Sentir é pensar a respeito
E com tamanha força
Que o pensar passa ao peito.
É um todo confuso isso de pensar e sentir
Queria ser simples como um olhar
Que mira uma paisagem
E enxerga dela
O que veria numa tela
Não uma profusão de pensamentos complexos
E uma complexidade de sentimentos profusos
Mas simplesmente
Uma porção de tinta sobre uma porção de tecido.
Atrás do quadro,
Somente sua parte de trás
E para além de sua moldura,
Apenas coisas que lá colocamos.
Por que a natureza não admite molduras
E tão pouco este ou aquele lado dela
Molduras são coisas de gente.
Quem insiste em limitar a um quadro
Verdes colinas ou mesmo a haste de uma flor,
É certo,
Nunca deve ter-se flagrado
A contemplar verdes colinas
Ou a haste de uma flor.
No entanto, tanto, tanto que penso
E tanto e tanto que me pergunto
Incansavelmente o que me falta à completude
Que acabo sempre voltando
A esse estado de espírito
(Se é que espíritos possuem estados)
Em que sou tentado a me reconhecer
Como detentor de uma resposta tão simples quanto plausível:
O que me falta à vida é somente
Mais Pessoa à minha cabeceira
E mais cabeceiras a minha cama.
Há quem prediga o que escreve
Eu simplesmente deixo que me leve a pena.
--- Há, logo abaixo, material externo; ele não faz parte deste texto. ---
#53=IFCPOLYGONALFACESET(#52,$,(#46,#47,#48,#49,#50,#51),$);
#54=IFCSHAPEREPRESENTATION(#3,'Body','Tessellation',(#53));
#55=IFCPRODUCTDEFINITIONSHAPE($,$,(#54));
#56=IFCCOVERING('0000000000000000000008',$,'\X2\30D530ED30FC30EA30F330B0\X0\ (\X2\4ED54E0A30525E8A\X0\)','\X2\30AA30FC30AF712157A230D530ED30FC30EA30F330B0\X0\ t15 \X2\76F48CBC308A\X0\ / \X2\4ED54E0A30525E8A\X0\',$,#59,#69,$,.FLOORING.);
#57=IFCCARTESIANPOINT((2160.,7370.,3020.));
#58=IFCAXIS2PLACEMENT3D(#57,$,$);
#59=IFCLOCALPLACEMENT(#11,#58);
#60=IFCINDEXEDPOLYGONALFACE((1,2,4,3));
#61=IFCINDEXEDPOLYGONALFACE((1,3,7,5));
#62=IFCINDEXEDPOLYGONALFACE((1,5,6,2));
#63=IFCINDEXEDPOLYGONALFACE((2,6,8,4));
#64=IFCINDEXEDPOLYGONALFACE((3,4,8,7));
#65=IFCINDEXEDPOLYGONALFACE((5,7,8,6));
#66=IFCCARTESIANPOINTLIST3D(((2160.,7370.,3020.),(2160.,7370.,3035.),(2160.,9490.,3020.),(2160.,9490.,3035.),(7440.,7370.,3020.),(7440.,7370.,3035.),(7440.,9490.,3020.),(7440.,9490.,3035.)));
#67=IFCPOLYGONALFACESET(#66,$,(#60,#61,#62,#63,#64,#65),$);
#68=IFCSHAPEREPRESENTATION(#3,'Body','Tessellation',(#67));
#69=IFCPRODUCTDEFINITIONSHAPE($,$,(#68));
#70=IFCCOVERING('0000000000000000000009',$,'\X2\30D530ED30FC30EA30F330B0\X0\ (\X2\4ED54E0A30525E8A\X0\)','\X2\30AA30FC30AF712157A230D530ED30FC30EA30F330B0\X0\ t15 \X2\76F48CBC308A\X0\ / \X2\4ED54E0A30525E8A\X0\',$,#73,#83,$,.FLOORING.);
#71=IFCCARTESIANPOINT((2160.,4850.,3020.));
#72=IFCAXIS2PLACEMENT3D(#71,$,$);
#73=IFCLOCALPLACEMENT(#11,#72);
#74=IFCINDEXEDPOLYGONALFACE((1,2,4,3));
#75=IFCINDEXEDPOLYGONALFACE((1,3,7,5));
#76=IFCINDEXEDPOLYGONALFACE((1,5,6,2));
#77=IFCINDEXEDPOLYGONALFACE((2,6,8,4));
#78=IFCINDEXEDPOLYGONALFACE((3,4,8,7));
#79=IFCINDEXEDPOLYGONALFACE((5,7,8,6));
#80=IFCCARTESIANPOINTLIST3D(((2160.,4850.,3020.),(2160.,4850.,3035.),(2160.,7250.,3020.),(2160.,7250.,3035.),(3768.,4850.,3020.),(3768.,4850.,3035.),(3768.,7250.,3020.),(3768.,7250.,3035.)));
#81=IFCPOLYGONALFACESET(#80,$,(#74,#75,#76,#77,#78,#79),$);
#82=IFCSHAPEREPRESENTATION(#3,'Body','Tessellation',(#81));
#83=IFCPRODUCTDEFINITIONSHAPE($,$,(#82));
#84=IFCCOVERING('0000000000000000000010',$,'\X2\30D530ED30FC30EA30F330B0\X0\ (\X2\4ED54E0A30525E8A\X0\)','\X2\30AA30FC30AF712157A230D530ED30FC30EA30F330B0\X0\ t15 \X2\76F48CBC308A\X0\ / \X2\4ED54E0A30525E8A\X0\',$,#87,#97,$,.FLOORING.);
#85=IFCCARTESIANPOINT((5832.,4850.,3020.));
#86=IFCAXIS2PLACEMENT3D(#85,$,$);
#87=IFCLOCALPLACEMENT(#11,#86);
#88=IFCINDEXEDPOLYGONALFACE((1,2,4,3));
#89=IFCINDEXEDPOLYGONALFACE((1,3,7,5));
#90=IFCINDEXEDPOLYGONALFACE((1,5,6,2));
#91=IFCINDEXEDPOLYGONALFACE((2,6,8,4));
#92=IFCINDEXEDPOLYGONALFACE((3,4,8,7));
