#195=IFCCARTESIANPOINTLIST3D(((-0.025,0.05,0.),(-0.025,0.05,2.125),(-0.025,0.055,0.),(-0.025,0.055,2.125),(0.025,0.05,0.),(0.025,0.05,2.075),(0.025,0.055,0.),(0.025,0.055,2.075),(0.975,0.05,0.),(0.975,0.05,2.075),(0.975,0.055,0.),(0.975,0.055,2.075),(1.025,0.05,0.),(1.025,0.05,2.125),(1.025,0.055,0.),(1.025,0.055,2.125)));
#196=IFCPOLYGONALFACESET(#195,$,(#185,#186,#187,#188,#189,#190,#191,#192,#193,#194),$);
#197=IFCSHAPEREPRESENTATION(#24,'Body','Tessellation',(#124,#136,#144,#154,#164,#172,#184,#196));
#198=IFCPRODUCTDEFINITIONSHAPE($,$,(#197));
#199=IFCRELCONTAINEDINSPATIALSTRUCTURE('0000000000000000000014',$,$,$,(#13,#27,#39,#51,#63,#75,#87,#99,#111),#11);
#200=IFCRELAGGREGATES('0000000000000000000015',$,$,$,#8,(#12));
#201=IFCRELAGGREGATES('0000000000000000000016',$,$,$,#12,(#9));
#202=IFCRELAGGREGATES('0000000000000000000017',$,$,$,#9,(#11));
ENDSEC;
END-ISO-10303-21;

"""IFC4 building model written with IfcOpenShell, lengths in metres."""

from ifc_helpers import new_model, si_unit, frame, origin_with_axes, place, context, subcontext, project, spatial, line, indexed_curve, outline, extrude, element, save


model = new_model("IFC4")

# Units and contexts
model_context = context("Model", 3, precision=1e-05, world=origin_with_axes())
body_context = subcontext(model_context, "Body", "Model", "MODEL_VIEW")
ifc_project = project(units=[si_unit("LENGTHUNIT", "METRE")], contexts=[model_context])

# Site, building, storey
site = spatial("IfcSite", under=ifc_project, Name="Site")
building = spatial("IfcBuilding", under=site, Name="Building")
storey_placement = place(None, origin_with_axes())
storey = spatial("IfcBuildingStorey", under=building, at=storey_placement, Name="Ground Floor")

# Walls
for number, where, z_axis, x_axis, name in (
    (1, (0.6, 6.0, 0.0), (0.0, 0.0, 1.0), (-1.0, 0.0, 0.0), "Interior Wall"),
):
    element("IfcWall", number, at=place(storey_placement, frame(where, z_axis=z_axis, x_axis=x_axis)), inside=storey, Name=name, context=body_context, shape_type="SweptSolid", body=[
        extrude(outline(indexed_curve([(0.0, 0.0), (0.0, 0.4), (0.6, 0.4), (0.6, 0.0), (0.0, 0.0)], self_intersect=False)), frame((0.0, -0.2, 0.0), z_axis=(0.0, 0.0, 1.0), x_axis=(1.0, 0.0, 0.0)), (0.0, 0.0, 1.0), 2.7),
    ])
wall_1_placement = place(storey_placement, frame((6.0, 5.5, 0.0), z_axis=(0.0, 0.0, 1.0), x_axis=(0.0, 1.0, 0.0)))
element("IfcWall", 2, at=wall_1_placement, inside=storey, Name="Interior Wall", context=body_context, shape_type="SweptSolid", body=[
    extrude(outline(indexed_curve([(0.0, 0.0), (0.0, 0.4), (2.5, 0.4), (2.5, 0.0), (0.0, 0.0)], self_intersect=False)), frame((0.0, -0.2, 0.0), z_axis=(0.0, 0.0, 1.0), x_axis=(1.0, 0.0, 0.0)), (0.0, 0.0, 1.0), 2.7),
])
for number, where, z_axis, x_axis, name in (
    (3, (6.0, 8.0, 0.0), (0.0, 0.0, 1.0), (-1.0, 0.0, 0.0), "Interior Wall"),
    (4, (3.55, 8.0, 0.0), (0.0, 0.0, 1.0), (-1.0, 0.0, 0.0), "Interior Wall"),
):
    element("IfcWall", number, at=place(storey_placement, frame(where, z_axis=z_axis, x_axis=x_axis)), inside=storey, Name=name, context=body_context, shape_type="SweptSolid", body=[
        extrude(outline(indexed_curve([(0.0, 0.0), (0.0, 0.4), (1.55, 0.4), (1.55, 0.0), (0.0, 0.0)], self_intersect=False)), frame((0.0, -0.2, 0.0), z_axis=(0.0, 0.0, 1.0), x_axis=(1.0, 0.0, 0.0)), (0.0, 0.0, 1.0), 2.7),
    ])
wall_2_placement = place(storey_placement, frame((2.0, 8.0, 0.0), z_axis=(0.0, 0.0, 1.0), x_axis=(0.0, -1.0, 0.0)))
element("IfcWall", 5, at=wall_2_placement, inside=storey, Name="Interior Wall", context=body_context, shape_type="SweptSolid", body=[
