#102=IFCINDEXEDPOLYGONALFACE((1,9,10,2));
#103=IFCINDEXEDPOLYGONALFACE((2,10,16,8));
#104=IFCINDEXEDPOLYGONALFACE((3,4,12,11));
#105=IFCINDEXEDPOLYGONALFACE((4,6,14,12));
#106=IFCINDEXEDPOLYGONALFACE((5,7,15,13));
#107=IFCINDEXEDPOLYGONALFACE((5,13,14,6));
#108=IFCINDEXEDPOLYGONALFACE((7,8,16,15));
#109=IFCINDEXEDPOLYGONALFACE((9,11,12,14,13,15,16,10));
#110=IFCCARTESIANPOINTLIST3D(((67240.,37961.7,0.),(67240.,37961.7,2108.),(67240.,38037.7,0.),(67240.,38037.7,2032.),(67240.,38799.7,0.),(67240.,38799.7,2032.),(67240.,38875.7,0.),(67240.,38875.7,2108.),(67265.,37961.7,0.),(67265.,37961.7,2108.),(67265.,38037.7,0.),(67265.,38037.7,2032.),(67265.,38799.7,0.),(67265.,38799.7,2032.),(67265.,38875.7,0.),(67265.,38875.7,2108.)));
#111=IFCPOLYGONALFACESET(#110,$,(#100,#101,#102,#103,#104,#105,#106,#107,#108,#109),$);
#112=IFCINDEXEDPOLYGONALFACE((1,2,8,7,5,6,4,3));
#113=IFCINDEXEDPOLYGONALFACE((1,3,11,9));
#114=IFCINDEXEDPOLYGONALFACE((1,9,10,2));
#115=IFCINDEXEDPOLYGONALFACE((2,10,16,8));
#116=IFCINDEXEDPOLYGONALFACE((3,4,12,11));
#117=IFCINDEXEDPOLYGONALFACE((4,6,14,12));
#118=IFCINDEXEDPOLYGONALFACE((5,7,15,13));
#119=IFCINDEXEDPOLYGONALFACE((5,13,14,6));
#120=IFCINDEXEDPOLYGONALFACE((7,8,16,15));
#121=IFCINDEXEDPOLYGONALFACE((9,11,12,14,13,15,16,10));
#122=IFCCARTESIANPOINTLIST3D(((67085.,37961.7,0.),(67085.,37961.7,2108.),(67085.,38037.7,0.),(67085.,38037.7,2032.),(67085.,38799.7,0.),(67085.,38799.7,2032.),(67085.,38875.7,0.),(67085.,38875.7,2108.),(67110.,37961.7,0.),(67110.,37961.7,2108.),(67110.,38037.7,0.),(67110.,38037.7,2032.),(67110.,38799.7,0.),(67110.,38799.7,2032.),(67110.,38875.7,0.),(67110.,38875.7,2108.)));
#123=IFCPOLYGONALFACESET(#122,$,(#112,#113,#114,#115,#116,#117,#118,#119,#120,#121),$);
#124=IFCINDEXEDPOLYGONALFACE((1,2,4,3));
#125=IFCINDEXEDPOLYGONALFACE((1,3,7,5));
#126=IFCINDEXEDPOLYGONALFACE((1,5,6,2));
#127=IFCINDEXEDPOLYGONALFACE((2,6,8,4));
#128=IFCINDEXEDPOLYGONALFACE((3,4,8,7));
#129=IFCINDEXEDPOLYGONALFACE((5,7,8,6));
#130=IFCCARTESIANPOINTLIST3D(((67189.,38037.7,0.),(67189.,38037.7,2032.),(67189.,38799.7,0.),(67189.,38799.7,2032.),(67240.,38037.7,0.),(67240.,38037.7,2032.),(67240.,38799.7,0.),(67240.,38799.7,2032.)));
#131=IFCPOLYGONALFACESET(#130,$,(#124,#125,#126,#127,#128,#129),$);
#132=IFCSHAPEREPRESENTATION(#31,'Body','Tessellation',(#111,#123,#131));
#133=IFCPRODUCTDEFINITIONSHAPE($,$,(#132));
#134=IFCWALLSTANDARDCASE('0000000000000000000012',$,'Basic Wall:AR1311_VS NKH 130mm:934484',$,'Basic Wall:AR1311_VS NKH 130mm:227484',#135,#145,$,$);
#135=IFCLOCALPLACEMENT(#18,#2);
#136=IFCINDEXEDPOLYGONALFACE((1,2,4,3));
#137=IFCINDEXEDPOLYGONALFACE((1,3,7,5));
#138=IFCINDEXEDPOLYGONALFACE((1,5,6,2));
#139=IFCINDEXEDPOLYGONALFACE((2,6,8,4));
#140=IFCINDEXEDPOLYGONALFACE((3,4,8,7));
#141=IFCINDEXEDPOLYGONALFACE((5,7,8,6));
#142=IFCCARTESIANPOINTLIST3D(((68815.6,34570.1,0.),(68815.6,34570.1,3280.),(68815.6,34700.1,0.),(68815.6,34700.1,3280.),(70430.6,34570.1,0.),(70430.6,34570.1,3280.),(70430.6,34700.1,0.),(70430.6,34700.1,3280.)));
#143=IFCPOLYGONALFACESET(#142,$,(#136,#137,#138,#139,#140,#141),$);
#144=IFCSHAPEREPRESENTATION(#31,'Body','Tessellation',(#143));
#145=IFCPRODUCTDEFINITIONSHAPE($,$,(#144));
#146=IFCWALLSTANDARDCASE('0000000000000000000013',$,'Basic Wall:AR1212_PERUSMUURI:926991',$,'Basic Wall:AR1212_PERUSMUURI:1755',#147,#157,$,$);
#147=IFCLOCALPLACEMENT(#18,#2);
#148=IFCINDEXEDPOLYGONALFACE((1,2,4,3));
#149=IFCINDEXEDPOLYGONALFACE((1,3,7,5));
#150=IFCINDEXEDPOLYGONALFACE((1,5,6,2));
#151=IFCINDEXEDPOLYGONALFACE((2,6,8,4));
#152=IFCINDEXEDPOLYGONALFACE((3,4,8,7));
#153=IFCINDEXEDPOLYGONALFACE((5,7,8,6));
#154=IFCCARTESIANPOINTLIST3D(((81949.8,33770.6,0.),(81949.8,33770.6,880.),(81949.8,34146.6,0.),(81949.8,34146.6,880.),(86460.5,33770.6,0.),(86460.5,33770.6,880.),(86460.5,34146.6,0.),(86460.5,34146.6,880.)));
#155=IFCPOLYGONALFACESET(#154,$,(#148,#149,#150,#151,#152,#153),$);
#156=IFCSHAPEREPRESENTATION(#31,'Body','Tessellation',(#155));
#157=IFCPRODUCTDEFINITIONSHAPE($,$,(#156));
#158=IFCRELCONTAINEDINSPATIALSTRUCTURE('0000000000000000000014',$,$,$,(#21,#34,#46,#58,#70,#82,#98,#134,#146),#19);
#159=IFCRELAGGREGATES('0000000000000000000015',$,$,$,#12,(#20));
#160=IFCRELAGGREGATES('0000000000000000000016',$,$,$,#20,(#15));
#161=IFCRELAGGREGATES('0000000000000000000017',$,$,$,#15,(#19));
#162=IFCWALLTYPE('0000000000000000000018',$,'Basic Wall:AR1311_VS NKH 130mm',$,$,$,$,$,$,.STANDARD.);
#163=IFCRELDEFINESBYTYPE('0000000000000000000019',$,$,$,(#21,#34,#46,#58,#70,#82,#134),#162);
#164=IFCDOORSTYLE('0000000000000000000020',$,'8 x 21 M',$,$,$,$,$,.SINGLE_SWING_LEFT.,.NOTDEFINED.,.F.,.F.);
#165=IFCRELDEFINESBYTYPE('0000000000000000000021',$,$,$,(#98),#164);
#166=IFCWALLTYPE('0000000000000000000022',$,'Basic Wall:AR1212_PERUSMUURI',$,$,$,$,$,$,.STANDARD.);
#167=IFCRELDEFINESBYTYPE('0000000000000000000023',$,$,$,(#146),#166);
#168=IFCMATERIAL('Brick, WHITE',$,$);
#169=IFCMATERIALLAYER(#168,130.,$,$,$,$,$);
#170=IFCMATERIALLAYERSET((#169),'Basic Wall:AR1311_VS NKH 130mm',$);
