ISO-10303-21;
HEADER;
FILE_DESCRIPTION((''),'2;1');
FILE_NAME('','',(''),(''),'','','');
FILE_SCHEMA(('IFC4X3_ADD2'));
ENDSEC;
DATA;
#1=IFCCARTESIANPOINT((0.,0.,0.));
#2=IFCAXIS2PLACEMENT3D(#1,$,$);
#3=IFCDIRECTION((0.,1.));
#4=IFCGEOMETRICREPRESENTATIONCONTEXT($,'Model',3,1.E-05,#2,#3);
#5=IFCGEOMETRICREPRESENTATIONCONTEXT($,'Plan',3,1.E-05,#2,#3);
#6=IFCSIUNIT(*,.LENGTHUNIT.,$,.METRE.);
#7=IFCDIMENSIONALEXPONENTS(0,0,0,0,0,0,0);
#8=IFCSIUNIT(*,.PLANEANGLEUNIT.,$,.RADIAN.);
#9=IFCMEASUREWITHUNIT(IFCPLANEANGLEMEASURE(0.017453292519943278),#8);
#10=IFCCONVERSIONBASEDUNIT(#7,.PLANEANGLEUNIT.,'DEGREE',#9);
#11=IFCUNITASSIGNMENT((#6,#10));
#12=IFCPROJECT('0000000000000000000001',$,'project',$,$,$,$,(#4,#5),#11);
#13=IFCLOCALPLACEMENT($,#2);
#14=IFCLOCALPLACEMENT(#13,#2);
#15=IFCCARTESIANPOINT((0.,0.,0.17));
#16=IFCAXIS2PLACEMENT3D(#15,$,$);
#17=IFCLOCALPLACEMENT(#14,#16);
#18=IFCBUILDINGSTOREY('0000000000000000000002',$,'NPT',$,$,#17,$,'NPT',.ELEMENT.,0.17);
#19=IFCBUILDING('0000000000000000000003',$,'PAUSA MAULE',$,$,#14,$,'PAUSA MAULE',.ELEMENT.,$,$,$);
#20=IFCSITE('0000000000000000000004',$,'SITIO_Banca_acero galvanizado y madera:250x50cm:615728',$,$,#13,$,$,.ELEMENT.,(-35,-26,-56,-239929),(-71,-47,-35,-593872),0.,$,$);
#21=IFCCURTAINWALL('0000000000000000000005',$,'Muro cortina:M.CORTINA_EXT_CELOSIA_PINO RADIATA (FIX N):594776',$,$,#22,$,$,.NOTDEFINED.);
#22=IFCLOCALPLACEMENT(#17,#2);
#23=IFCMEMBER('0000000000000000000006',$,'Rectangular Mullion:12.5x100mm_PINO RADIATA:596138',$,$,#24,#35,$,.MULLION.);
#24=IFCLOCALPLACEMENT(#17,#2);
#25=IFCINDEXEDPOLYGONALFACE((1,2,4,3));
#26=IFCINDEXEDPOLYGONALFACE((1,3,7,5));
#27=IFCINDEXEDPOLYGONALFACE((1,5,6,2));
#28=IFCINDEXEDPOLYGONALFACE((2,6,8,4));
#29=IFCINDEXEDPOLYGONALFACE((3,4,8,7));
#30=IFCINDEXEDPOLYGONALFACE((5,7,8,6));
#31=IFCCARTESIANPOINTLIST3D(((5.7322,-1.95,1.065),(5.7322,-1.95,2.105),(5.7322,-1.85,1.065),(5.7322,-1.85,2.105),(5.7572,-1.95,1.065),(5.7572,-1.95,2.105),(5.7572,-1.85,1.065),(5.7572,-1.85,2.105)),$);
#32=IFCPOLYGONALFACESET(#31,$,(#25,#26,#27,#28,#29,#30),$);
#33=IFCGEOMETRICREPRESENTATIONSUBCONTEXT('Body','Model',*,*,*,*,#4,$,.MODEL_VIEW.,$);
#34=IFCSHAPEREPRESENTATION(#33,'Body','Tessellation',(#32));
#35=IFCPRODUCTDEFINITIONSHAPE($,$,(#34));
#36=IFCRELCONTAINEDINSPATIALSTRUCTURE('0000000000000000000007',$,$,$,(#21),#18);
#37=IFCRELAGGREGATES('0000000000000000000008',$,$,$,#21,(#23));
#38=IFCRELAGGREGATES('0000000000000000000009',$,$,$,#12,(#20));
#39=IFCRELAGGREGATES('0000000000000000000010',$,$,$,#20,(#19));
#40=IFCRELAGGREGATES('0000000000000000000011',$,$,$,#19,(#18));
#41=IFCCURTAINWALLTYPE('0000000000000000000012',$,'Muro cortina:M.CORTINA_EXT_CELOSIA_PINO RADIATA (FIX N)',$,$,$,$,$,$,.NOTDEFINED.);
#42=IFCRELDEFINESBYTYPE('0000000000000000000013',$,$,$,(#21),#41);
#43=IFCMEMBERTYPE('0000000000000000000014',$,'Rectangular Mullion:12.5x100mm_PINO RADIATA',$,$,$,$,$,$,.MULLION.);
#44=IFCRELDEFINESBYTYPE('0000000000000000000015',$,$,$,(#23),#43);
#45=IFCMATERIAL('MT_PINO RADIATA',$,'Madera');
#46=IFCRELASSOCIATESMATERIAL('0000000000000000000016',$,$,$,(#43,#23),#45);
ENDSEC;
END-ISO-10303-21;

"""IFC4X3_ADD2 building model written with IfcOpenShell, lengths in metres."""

from ifc_helpers import new_model, entity, si_unit, converted_unit, direction, frame, frame_2d, origin, origin_2d_with_axis, place, context, subcontext, project, spatial, rectangle, extrude, source, transform, mapped, material, material_profile, profile_set, profile_usage, type_object, type_shapes, element, aggregate, save


model = new_model("IFC4X3_ADD2")

# Units and contexts
model_context = context("Model", 3, precision=1e-05, world=origin(), true_north=direction((0.0, 1.0)))
plan_context = context("Plan", 3, precision=1e-05, world=origin(), true_north=direction((0.0, 1.0)))
body_context = subcontext(model_context, "Body", "Model", "MODEL_VIEW")
ifc_project = project(units=[si_unit("LENGTHUNIT", "METRE"), converted_unit("PLANEANGLEUNIT", "DEGREE", entity("IfcPlaneAngleMeasure", 0.017453292519943278), si_unit("PLANEANGLEUNIT", "RADIAN"), dimensions=[0, 0, 0, 0, 0, 0, 0])], contexts=[model_context, plan_context])

# Site, building, storey
site_placement = place(None, origin())
site = spatial("IfcSite", under=ifc_project, at=site_placement, Name="SITIO_Banca_acero galvanizado y madera:250x50cm:615728", CompositionType="ELEMENT", RefLatitude=(-35, -26, -56, -239929), RefLongitude=(-71, -47, -35, -593872), RefElevation=0.0)
building_placement = place(site_placement, origin())
building = spatial("IfcBuilding", under=site, at=building_placement, Name="PAUSA MAULE", LongName="PAUSA MAULE", CompositionType="ELEMENT")
storey_placement = place(building_placement, frame((0.0, 0.0, 0.17)))
storey = spatial("IfcBuildingStorey", under=building, at=storey_placement, Name="NPT", LongName="NPT", CompositionType="ELEMENT", Elevation=0.17)

# Curtain wall
curtain_wall_type = type_object("IfcCurtainWallType", Name="Muro cortina:M.CORTINA_EXT_CELOSIA_PINO RADIATA (FIX N)", PredefinedType="NOTDEFINED")
curtain_wall_1_placement = place(storey_placement, frame((0.0, 0.0, -0.17)))
curtain_wall_1 = element("IfcCurtainWall", 1, at=curtain_wall_1_placement, inside=storey, type_object=curtain_wall_type, Name="Muro cortina:M.CORTINA_EXT_CELOSIA_PINO RADIATA (FIX N):594776", PredefinedType="NOTDEFINED")
ifc_material = material(Name="MT_PINO RADIATA", Category="Madera")
ifc_material_profile = material_profile(ifc_material, rectangle(XDim=0.025, YDim=0.1, at=frame_2d((0.0, 0.0), x_axis=(1.0, 0.0))), Name="12.5x100mm_PINO RADIATA")
ifc_profile_set = profile_set([ifc_material_profile], Name="12.5x100mm_PINO RADIATA")
ifc_profile_usage = profile_usage(ifc_profile_set)

# Member
member_type_1 = type_object("IfcMemberType", Name="Rectangular Mullion:12.5x100mm_PINO RADIATA", PredefinedType="MULLION", material=ifc_profile_set)
shared_shape_1 = source(origin(), body_context, "Body", "SweptSolid", [
    extrude(rectangle(XDim=0.025, YDim=0.1, at=origin_2d_with_axis()), frame((0.0, 0.0, -1.04), z_axis=(0.0, 0.0, 1.0), x_axis=(-1.0, 0.0, 0.0)), (0.0, 0.0, 1.0), 1.04),
])
type_shapes(member_type_1, [shared_shape_1])
member_1_placement = place(curtain_wall_1_placement, frame((5.7447, -1.9, 1.235), z_axis=(0.0, 0.0, -1.0), x_axis=(1.0, 0.0, 0.0)))
member_1 = element("IfcMember", 2, at=member_1_placement, type_object=member_type_1, material=ifc_profile_usage, Name="Rectangular Mullion:12.5x100mm_PINO RADIATA:596138", PredefinedType="MULLION", context=body_context, shape_type="MappedRepresentation", body=[
    mapped(shared_shape_1, transform((0.0, 0.0, 0.0), scale=1.0)),
])
aggregate(curtain_wall_1, [member_1])

save(model, "model.ifc")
Que eu mesmo não mais seja
Que a pena em minhas mãos
Nem sequer o que ela traça ao papel,
Não quero ser os bosques molhados,
Os rios transbordados,
Não sou eu as poças na grama
Não sou eu nem mesmo os relâmpagos
Tampouco o medo dos relâmpagos
Nem as nuvens e nem seus desenhos.
Sou apenas a chuva que cai
Caio, e nada mais.
Almejar nada que não seja exatamente agora
E é esse e somente esse o segredo da felicidade.
Poetas são simplesmente
Pessoas que se arrogam no conhecimento de todas as dúvidas.
É engodo tudo isso
E seria até gostoso se possível
Mexer tudo num enorme caldeirão,
Afundar nele
E bebê-lo de dentro pra fora,
Até que fossemos exatamente o próprio caldeirão,
Para que então quem sabe
Um pouco de satisfação, nem que toldada em ressaca
Viesse-nos a mente
E tudo o que poderíamos querer
Seria dormir
E fazer uma boa digestão da realidade.
Há também quem confunda o que é real
Com o que tentamos fazer com que seja.
Real é a tela na parede
Real é o girassol em sua diária fixação
Real são as colinas e os campos
Secos ou verdejantes.
Todas as memórias que tenho,
Os sentimentos que me vem com elas,
Os pensamentos que me vem com eles,
E que me despertam a tela, o girassol e os campos,
Não são reais,
São apenas coisas bobas de uma cabeça que inventa
E saber disso é exatamente o que hoje me impede de ser realmente infeliz
Sou feliz.
E completo.
Sou mais real que minha tristeza,
O que faço
É apenas insistir em inventar em mim
Saudades de tudo o mais que não sou, ou que não tenho,
Mas isso é apenas brincadeira
De criança inocentemente envolvida numa catarse
De solidão.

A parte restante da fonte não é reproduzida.